We watch how the automations perform, fix breaks, and tune as your edge cases pile up. We also bring you the next opportunity when we spot one, because once the first workflow runs itself, the second is usually cheaper and faster to build on the same foundation. Plenty of clients start with one painful process and grow from there.
What you do: tell us when something on your side changes, a new tool, a new process, a new team. The more we know, the less anything breaks by surprise.
Why this order matters
The whole sequence is built to lower your risk. You commit to a 30-minute call, not a contract. You get a written plan before you spend on a build. You prove value on a small pilot before any wide rollout. At every step you can stop, and you keep what’s already working.
That’s how a Cleveland-based AI automation agency should work in our view, and it’s how we’ve found projects actually land instead of stalling in a pile of unused dashboards. We’re local, so when you want to sit down in the same room and watch a workflow run, we can do that too.
FAQ
How long before we see results?
The first pilot usually ships in two to four weeks and you’ll have real numbers about two weeks after that. Counting the intake call and the audit, most clients have a working, measured automation inside six to eight weeks from the first conversation.
Do we need clean data or a big tech team to start?
No. Part of the audit is finding out what shape your data is in and working with what you’ve got. Plenty of our clients run on spreadsheets and a couple of off-the-shelf tools. We meet you where you are rather than asking you to rebuild first.
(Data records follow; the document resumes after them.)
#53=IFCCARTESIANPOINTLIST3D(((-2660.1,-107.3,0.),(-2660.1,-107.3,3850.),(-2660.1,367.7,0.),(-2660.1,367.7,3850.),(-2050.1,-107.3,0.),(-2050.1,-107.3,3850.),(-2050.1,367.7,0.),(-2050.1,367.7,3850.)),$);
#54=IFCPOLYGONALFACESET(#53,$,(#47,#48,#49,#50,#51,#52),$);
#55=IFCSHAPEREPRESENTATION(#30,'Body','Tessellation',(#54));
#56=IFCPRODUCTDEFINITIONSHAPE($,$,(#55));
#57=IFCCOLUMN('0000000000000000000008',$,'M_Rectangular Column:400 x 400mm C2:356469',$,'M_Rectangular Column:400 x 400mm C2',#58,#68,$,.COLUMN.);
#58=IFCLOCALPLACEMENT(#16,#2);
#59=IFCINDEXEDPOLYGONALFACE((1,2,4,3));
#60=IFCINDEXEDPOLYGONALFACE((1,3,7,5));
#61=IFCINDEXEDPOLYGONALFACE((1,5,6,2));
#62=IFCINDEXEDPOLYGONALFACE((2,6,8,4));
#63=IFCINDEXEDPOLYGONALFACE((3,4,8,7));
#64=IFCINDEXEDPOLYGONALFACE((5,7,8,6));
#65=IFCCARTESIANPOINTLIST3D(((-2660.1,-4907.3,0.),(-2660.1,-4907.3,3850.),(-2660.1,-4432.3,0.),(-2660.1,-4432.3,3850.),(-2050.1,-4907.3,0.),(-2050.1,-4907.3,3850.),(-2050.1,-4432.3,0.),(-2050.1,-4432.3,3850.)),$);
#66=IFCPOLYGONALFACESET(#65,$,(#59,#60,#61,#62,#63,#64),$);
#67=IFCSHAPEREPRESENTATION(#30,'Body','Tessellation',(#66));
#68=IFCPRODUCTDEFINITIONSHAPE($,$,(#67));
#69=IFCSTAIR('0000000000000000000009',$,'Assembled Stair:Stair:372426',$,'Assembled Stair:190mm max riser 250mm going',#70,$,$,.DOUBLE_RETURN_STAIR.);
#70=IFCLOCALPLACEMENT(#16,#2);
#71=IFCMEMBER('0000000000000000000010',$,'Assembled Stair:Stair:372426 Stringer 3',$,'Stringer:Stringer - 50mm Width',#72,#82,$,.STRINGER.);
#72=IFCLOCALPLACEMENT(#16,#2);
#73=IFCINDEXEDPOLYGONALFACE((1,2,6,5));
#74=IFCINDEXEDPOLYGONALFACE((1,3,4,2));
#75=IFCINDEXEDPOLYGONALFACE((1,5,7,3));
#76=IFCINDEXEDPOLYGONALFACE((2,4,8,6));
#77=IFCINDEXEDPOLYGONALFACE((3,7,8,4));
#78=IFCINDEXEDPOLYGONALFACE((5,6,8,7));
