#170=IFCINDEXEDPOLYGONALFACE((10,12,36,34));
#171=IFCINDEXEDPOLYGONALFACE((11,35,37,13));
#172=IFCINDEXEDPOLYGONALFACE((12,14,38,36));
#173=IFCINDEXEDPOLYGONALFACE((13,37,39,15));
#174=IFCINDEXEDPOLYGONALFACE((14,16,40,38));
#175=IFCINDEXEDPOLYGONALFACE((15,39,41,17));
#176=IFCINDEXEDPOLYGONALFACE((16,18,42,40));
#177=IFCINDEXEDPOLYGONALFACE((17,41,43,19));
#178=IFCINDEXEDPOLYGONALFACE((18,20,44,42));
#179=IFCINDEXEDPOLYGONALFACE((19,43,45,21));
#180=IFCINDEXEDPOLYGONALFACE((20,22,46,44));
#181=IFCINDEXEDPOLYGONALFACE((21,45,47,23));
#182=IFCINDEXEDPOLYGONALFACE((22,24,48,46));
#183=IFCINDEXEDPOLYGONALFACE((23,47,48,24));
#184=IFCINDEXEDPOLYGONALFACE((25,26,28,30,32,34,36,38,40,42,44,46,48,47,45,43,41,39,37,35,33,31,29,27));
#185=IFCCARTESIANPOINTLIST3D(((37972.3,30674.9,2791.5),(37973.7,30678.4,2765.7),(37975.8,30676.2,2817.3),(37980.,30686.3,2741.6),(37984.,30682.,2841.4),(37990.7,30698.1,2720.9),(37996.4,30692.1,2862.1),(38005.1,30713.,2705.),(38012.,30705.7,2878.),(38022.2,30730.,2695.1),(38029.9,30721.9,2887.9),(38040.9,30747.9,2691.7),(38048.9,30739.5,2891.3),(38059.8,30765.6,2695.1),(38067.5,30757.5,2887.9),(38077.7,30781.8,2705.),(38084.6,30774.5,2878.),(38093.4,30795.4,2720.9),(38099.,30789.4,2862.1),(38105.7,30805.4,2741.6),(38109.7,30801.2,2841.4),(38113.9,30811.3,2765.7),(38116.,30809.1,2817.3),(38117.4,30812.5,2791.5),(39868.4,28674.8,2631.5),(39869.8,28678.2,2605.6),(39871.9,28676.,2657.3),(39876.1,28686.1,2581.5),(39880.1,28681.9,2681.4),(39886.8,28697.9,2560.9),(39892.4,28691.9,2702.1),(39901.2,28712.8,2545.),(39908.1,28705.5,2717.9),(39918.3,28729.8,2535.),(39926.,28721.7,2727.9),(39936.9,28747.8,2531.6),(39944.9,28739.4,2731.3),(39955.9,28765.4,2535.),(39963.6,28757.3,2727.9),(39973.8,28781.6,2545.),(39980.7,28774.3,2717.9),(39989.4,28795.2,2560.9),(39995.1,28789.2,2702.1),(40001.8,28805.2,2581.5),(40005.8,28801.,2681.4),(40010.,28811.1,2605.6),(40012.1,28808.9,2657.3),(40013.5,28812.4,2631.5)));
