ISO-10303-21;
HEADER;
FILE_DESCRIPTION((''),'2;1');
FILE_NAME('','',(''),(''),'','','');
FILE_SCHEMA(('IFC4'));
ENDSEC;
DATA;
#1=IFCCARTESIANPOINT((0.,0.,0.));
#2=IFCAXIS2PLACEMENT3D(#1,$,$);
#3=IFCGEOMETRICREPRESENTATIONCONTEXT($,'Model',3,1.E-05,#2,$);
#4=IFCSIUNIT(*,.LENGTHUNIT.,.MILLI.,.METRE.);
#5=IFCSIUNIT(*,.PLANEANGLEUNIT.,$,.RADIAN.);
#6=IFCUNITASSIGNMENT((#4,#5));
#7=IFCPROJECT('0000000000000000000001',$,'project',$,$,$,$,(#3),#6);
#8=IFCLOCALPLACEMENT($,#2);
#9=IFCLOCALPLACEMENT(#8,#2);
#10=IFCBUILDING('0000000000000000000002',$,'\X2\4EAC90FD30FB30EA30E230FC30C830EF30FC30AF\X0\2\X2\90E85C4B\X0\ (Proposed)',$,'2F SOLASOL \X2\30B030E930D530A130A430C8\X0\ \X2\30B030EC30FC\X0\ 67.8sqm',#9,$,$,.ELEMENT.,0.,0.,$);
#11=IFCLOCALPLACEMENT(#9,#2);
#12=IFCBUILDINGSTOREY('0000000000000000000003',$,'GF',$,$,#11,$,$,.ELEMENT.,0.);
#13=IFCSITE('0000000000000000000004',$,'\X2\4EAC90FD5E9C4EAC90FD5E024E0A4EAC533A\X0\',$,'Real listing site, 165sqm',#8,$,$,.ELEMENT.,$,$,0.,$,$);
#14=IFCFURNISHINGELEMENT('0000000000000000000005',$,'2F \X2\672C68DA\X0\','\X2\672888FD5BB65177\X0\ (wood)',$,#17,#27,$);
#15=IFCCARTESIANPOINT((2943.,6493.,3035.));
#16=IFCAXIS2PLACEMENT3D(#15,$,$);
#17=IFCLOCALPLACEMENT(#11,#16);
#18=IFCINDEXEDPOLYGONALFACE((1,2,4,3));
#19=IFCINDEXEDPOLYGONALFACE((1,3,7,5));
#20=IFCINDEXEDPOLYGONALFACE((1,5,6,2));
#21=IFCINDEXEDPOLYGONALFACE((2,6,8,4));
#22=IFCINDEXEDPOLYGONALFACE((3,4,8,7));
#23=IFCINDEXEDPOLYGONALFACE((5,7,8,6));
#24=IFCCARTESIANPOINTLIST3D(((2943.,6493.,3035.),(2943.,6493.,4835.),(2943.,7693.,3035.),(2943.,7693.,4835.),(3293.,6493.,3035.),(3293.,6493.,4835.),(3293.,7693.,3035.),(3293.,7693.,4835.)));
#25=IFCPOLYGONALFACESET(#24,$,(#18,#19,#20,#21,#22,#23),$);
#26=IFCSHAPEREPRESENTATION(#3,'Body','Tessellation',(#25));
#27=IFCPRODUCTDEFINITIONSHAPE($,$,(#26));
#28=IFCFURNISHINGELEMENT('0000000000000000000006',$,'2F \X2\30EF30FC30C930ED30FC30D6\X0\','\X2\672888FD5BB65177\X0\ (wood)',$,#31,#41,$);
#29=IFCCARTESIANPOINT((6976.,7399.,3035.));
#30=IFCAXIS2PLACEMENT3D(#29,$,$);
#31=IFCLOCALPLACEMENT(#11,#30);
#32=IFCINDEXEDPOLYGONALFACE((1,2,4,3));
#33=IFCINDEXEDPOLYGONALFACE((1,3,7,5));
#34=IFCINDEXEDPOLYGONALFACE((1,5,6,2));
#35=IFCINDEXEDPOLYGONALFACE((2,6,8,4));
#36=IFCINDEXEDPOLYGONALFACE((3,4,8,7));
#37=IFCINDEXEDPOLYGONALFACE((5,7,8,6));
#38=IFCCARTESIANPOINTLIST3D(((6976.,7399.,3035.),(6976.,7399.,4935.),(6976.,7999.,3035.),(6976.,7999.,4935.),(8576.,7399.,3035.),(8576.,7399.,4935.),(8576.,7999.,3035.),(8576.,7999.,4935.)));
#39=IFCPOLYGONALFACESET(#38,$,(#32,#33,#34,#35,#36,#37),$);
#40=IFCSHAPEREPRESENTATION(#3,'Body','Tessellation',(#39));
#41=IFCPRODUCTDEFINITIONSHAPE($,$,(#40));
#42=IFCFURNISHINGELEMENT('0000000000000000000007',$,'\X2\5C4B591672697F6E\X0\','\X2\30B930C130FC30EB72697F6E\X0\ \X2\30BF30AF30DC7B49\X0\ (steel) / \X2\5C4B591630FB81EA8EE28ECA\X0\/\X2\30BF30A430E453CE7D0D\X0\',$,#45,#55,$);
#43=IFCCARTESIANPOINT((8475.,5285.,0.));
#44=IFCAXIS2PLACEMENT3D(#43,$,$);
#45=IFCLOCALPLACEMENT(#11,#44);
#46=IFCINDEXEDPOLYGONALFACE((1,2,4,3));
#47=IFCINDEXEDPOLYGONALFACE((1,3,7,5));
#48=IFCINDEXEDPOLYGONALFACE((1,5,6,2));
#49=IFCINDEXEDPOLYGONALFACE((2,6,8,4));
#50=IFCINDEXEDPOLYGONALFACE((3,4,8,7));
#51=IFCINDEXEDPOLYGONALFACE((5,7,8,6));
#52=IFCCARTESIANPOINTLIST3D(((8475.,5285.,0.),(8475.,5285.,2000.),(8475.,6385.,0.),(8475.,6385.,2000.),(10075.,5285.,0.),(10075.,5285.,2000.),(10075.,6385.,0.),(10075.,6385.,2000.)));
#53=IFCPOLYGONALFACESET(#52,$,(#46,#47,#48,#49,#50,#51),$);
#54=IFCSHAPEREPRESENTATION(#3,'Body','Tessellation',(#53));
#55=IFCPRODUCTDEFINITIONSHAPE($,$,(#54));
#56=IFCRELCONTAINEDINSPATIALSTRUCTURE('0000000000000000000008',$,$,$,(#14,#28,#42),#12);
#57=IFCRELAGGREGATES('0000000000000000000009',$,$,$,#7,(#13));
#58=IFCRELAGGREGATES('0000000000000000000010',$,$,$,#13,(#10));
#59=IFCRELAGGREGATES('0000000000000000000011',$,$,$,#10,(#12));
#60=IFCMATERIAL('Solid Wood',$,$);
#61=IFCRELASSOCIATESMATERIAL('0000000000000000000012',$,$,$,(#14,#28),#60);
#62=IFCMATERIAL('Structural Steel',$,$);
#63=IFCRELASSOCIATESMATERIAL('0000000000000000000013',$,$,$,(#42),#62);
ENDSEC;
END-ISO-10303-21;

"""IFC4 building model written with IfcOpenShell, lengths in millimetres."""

from ifc_helpers import new_model, si_unit, frame, frame_2d, origin, place, context, project, spatial, rectangle, extrude, material, element, save


model = new_model("IFC4")

# Units and contexts
model_context = context("Model", 3, precision=1e-05, world=origin())
ifc_project = project(units=[si_unit("LENGTHUNIT", "METRE", prefix="MILLI"), si_unit("PLANEANGLEUNIT", "RADIAN")], contexts=[model_context])

# Site, building, storey
site_placement = place(None, origin())
site = spatial("IfcSite", under=ifc_project, at=site_placement, Name="京都府京都市上京区", ObjectType="Real listing site, 165sqm", CompositionType="ELEMENT", RefElevation=0.0)
building_placement = place(site_placement, origin())
building = spatial("IfcBuilding", under=site, at=building_placement, Name="京都・リモートワーク2部屋 (Proposed)", ObjectType="2F SOLASOL グラファイト グレー 67.8sqm", CompositionType="ELEMENT", ElevationOfRefHeight=0.0, ElevationOfTerrain=0.0)
storey_placement = place(building_placement, origin())
storey = spatial("IfcBuildingStorey", under=building, at=storey_placement, Name="GF", CompositionType="ELEMENT", Elevation=0.0)

# Shared definitions
ifc_material_1 = material(Name="Solid Wood")

# Shared definitions
ifc_material_2 = material(Name="Structural Steel")

# Furnishing elements
furnishing_1_placement = place(storey_placement, frame((2943.0, 6493.0, 3035.0)))
element("IfcFurnishingElement", 1, at=furnishing_1_placement, inside=storey, material=ifc_material_1, Name="2F 本棚", Description="木製家具 (wood)", context=model_context, shape_type="SweptSolid", body=[
    extrude(rectangle(XDim=350.0, YDim=1200.0, at=frame_2d((175.0, 600.0))), frame((2943.0, 6493.0, 3035.0)), (0.0, 0.0, 1.0), 1800.0),
])
furnishing_2_placement = place(storey_placement, frame((6976.0, 7399.0, 3035.0)))
element("IfcFurnishingElement", 2, at=furnishing_2_placement, inside=storey, material=ifc_material_1, Name="2F ワードローブ", Description="木製家具 (wood)", context=model_context, shape_type="SweptSolid", body=[
    extrude(rectangle(XDim=1600.0, YDim=600.0, at=frame_2d((800.0, 300.0))), frame((6976.0, 7399.0, 3035.0)), (0.0, 0.0, 1.0), 1900.0),
])
furnishing_3_placement = place(storey_placement, frame((8475.0, 5285.0, 0.0)))
element("IfcFurnishingElement", 3, at=furnishing_3_placement, inside=storey, material=ifc_material_2, Name="屋外物置", Description="スチール物置 タクボ等 (steel) / 屋外・自転車/タイヤ収納", context=model_context, shape_type="SweptSolid", body=[
    extrude(rectangle(XDim=1600.0, YDim=1100.0, at=frame_2d((800.0, 550.0))), frame((8475.0, 5285.0, 0.0)), (0.0, 0.0, 1.0), 2000.0),
])

save(model, "model.ifc")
What does an AI automation engagement cost?
It depends on how many systems a workflow touches and how much judgment it has to handle. The point of the audit is to give you a real number tied to a real scope before you commit to a build, so there are no surprise totals. The pilot-first approach also keeps your initial spend small.
What if the pilot doesn’t work?
Then we either fix it or we stop, and you don’t move into a full rollout. The pilot exists precisely so you find out cheaply. We’d rather lose a rollout than sell you something that doesn’t earn back its cost.
Do you only work with companies in Cleveland?
We’re based in Cleveland and we like being close enough to meet in person, but most of the work happens over screen-share and shared tools, so the engagement runs the same whether you’re down the street or across the state.